This study is the first to systematically present the global research status, hotspots, trends, and frontiers in the application of iodinated contrast agents in medical imaging over the past 40 years through bibliometric analysis using CiteSpace and VOSviewer. The detailed visualization maps provided in this study offer a comprehensive understanding of the application of iodinated contrast agents in medical imaging.

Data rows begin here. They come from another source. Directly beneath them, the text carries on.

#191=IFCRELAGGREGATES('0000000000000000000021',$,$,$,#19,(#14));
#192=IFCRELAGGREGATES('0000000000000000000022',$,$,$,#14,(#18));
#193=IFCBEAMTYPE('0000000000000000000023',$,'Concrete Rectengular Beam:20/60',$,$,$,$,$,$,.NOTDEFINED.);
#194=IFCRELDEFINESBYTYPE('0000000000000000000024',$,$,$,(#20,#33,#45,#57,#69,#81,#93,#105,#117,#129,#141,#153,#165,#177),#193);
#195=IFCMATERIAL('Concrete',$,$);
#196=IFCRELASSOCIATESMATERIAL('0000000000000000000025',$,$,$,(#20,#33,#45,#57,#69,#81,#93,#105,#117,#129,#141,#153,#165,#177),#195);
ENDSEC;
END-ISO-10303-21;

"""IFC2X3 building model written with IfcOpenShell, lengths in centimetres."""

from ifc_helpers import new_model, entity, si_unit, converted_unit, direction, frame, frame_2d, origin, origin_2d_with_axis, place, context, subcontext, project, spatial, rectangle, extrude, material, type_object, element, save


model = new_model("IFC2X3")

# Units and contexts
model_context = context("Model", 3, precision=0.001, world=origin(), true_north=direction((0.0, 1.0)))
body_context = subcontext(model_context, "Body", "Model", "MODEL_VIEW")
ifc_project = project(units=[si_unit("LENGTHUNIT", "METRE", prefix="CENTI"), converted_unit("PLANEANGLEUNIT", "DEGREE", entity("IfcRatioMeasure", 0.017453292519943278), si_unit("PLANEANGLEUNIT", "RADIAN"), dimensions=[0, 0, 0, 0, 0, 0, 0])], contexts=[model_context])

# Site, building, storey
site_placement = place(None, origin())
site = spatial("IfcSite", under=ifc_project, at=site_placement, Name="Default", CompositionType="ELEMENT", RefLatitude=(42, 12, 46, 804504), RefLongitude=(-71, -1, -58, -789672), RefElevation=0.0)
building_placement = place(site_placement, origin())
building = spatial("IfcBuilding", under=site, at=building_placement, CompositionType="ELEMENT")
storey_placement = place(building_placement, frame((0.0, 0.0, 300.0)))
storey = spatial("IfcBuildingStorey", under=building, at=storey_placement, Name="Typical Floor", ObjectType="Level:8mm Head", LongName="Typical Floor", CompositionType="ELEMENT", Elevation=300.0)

The first publicly available research in this field was published in 1977. From 1977 to 1990, research on iodinated contrast agents in medical imaging was in its exploratory phase, with a relatively small number of academic publications. Between 1991 and 2004, the field experienced slow development, with a slight annual increase in publication volume, likely driven by the introduction of new low-osmolar iodinated contrast agents, advancements in injection techniques, ongoing developments in imaging technologies, and the rise of multimodal fusion imaging. Since 2005, there has been a rapid growth phase, with a significant increase in publication volume. This trend has persisted despite the disruptions caused by the COVID-19 pandemic, which led to the suspension or reduction of many research projects (22–25). The primary reasons for this trend may include the global increase in chronic diseases and the growing need for radiological information in medical diagnostics. Techniques such as PET/CT play a significant role in clinical practice worldwide (26). Consequently, this has significantly expanded the use of iodinated contrast agents as a common drug in radiology over the past two decades (27).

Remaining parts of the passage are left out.